» Exercise description: Go through the entries, filter for the word "writes", and copy every line that has it.

» Input data:
────

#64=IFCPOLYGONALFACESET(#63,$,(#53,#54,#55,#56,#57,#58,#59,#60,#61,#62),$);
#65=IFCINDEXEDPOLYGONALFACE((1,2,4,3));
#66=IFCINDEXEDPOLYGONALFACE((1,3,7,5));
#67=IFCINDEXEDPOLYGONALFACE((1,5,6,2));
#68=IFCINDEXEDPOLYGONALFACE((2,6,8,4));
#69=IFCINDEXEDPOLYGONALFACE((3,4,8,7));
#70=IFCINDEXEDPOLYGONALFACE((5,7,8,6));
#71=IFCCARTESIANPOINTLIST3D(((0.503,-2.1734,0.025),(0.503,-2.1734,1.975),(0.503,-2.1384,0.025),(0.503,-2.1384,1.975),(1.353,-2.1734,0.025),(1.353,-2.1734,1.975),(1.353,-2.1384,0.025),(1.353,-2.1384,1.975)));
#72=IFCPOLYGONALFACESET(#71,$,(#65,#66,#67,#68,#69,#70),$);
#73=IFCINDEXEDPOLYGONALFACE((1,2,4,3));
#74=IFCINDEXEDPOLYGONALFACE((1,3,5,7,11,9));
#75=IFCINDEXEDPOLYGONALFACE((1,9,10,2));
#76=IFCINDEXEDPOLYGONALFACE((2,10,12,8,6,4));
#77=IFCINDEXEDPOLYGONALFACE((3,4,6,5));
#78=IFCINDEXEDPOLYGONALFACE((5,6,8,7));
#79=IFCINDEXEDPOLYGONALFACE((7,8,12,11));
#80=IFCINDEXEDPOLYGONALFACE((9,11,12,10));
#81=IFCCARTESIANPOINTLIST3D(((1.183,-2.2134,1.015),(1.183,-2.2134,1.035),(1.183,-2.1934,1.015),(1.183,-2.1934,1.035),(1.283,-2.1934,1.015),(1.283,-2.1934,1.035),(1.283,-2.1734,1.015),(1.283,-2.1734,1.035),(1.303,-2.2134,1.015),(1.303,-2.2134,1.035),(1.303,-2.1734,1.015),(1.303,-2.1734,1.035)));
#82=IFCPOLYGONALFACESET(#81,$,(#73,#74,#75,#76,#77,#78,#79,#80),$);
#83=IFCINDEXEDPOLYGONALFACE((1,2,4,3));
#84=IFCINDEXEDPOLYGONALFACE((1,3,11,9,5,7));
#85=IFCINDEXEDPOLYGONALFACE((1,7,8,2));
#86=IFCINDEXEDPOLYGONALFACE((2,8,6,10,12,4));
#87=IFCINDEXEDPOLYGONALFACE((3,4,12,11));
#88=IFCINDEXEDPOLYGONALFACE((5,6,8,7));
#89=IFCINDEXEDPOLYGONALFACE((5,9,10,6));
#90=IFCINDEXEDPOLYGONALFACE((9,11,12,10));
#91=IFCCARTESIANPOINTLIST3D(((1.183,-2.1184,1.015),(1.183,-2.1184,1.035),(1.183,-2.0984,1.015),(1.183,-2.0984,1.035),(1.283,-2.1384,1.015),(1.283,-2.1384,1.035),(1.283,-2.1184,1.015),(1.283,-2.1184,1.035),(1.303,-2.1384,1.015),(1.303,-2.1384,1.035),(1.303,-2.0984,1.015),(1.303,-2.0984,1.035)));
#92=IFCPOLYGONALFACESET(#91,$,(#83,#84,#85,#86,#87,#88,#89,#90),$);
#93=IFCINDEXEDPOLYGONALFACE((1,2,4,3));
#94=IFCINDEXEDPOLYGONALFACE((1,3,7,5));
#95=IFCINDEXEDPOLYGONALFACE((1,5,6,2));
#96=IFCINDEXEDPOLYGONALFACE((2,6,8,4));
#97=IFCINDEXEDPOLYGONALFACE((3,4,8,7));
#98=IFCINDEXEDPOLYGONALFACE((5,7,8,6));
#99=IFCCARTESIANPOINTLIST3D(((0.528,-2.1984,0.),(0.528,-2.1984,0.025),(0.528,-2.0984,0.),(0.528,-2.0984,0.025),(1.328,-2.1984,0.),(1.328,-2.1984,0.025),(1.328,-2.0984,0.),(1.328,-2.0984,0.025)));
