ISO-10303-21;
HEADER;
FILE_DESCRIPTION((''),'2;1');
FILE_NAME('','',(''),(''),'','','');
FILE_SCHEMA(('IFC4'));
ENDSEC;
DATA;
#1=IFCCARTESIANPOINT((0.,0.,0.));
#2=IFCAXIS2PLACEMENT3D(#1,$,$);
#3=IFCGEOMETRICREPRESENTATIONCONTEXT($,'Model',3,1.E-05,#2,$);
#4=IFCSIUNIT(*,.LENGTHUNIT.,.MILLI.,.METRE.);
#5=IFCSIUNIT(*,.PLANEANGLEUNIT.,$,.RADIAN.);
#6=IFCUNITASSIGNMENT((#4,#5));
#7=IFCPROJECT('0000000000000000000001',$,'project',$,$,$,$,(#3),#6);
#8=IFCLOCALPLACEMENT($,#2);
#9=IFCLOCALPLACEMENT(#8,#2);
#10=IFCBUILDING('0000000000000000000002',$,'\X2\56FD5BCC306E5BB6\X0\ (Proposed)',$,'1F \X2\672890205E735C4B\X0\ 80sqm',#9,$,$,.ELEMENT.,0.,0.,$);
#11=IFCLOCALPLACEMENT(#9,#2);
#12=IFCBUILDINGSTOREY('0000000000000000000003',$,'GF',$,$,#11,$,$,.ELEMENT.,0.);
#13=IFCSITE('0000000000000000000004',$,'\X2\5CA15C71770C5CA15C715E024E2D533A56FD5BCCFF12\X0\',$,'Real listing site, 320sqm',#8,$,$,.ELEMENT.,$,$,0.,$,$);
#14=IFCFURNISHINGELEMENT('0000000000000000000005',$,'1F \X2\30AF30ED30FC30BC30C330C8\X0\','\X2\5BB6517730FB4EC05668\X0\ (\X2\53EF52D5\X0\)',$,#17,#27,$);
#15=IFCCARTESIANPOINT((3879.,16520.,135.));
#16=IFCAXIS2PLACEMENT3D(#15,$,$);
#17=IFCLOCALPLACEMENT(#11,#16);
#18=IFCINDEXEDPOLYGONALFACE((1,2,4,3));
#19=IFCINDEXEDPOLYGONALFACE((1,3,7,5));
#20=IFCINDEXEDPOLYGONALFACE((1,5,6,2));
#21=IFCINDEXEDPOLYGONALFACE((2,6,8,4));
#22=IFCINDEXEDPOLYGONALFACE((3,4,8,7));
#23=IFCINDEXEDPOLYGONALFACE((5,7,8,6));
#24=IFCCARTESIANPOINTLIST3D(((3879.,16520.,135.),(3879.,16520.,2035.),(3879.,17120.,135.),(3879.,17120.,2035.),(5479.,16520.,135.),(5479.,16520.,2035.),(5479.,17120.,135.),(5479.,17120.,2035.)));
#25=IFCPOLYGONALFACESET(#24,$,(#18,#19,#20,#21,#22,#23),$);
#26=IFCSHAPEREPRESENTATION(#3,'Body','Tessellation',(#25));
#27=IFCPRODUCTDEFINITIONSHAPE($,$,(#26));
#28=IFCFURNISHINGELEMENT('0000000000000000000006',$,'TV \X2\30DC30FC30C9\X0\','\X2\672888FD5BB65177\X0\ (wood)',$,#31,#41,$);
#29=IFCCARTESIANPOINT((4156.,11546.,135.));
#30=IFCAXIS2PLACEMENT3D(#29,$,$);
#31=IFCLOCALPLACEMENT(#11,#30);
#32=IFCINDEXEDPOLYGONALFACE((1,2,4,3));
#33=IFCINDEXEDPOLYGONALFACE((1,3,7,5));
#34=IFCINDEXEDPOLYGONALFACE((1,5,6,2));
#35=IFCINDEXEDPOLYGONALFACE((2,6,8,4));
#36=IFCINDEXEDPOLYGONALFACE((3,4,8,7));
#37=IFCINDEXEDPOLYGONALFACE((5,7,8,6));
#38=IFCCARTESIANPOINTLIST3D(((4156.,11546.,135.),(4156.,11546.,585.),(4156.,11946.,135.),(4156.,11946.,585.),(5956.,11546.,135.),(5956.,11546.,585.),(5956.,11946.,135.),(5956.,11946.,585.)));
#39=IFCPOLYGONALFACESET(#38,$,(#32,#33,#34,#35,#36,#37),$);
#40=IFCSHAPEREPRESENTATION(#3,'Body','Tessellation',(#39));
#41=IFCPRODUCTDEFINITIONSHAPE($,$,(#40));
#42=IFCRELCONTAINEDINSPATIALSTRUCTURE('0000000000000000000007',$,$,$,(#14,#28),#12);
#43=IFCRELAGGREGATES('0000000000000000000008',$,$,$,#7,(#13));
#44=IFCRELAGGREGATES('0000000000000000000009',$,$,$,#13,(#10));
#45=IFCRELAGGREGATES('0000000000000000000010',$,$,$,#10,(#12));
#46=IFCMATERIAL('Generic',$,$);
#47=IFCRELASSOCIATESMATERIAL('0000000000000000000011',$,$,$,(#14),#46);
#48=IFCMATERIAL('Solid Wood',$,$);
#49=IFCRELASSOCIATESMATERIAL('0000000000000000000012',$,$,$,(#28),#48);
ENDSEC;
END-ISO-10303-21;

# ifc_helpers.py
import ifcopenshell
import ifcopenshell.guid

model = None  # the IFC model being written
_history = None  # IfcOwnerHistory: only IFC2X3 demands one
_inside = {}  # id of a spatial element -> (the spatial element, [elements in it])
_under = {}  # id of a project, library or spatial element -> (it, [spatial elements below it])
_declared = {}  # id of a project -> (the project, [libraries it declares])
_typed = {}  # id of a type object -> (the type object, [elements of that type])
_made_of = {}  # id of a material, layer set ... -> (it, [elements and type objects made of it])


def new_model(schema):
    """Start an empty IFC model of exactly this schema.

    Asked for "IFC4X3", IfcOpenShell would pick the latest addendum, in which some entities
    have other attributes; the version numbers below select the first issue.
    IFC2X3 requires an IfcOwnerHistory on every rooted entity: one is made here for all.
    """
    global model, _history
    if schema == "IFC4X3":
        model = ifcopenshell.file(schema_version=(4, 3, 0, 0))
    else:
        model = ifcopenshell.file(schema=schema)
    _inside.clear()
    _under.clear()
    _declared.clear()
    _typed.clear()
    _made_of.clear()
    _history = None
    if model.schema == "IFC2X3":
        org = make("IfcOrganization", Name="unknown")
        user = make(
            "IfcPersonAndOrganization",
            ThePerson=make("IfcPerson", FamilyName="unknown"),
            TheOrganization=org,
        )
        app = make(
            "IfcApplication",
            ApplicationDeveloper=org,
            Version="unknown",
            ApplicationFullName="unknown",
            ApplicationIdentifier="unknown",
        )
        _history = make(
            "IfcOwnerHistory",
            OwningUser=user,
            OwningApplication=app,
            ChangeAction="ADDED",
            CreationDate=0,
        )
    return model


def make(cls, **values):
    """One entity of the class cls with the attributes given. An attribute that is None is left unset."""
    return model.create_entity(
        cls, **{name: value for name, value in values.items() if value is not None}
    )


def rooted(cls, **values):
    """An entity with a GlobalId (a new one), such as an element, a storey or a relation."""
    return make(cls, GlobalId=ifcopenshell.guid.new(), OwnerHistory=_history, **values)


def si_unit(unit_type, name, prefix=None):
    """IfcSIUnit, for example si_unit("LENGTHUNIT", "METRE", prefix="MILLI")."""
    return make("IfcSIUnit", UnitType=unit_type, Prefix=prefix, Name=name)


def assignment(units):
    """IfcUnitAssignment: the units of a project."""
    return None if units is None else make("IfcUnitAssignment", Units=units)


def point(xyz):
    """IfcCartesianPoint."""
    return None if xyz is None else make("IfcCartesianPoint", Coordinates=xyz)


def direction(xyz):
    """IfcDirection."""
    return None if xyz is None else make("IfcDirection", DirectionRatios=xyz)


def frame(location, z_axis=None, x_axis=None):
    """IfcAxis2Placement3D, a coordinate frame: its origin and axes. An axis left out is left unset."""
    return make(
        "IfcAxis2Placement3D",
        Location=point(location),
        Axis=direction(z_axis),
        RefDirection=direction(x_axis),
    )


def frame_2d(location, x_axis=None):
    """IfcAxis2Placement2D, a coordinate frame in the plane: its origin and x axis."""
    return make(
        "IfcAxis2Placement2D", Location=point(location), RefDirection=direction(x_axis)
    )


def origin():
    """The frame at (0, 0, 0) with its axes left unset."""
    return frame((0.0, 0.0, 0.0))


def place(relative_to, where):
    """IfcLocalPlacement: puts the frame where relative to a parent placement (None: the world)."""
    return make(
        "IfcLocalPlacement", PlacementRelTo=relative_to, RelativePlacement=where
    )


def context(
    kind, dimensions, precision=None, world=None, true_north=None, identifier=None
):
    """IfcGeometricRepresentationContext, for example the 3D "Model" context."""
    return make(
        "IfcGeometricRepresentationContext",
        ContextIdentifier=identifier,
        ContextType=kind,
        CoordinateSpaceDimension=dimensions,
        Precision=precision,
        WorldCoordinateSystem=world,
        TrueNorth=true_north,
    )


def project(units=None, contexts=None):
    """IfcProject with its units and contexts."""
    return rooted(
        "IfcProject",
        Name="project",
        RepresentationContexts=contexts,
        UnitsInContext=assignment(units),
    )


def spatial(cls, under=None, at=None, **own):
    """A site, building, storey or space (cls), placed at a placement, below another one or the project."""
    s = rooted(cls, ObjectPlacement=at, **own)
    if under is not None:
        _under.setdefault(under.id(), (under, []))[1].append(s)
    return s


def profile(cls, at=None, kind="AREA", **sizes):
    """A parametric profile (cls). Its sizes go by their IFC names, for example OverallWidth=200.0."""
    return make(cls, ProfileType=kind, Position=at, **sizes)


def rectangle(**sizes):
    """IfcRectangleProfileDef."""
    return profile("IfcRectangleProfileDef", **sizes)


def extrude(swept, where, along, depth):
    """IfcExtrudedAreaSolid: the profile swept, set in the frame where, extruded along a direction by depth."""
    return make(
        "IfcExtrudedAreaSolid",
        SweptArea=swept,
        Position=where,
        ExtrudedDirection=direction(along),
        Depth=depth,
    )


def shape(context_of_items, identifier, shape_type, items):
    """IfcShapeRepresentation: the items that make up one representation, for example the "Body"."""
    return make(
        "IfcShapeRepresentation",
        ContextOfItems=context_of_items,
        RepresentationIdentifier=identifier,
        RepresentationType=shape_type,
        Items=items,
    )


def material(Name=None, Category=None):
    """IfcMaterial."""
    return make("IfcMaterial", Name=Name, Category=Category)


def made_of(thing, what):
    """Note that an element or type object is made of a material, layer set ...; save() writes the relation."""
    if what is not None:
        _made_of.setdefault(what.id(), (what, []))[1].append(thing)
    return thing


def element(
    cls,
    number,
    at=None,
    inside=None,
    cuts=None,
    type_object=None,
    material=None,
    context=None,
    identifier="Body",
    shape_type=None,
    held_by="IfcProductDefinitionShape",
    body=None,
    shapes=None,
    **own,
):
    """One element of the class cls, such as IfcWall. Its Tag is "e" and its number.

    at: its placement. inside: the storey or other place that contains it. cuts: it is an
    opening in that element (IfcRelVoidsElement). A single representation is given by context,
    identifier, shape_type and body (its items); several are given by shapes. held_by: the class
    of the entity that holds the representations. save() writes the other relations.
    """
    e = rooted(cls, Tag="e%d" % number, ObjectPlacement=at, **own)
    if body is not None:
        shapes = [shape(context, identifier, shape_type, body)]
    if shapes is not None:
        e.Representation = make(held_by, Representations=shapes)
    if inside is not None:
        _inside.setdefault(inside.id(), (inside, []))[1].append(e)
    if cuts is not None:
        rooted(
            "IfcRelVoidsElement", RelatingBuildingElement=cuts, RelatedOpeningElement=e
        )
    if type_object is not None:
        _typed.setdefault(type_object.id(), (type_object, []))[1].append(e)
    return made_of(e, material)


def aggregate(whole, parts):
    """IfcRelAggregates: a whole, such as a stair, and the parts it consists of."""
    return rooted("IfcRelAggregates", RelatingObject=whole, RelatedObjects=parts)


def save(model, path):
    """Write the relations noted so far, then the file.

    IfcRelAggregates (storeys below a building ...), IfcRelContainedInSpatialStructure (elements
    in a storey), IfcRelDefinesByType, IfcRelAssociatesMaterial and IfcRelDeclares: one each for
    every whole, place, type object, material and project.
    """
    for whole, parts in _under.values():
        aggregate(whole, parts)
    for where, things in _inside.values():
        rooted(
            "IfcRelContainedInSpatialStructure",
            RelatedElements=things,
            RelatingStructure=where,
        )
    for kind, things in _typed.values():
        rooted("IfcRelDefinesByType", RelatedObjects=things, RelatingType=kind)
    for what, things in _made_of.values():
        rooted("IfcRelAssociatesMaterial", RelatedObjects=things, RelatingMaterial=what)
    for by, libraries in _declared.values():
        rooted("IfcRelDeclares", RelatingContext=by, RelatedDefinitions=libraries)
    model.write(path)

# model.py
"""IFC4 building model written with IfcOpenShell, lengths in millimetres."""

from ifc_helpers import new_model, si_unit, frame, frame_2d, origin, place, context, project, spatial, rectangle, extrude, material, element, save


model = new_model("IFC4")

# Units and contexts
model_context = context("Model", 3, precision=1e-05, world=origin())
ifc_project = project(units=[si_unit("LENGTHUNIT", "METRE", prefix="MILLI"), si_unit("PLANEANGLEUNIT", "RADIAN")], contexts=[model_context])

# Site, building, storey
site_placement = place(None, origin())
site = spatial("IfcSite", under=ifc_project, at=site_placement, Name="岡山県岡山市中区国富２", ObjectType="Real listing site, 320sqm", CompositionType="ELEMENT", RefElevation=0.0)
building_placement = place(site_placement, origin())
building = spatial("IfcBuilding", under=site, at=building_placement, Name="国富の家 (Proposed)", ObjectType="1F 木造平屋 80sqm", CompositionType="ELEMENT", ElevationOfRefHeight=0.0, ElevationOfTerrain=0.0)
storey_placement = place(building_placement, origin())
storey = spatial("IfcBuildingStorey", under=building, at=storey_placement, Name="GF", CompositionType="ELEMENT", Elevation=0.0)

# Shared definitions
ifc_material_1 = material(Name="Solid Wood")

# Shared definitions
ifc_material_2 = material(Name="Generic")

# Furnishing elements
furnishing_1_placement = place(storey_placement, frame((3879.0, 16520.0, 135.0)))
element("IfcFurnishingElement", 1, at=furnishing_1_placement, inside=storey, material=ifc_material_2, Name="1F クローゼット", Description="家具・什器 (可動)", context=model_context, shape_type="SweptSolid", body=[
    extrude(rectangle(XDim=1600.0, YDim=600.0, at=frame_2d((800.0, 300.0))), frame((3879.0, 16520.0, 135.0)), (0.0, 0.0, 1.0), 1900.0),
])
furnishing_2_placement = place(storey_placement, frame((4156.0, 11546.0, 135.0)))
element("IfcFurnishingElement", 2, at=furnishing_2_placement, inside=storey, material=ifc_material_1, Name="TV ボード", Description="木製家具 (wood)", context=model_context, shape_type="SweptSolid", body=[
    extrude(rectangle(XDim=1800.0, YDim=400.0, at=frame_2d((900.0, 200.0))), frame((4156.0, 11546.0, 135.0)), (0.0, 0.0, 1.0), 450.0),
])

save(model, "model.ifc")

────

» Written response:
    """Note that an element or type object is made of a material, layer set ...; save() writes the relation."""
    of the entity that holds the representations. save() writes the other relations.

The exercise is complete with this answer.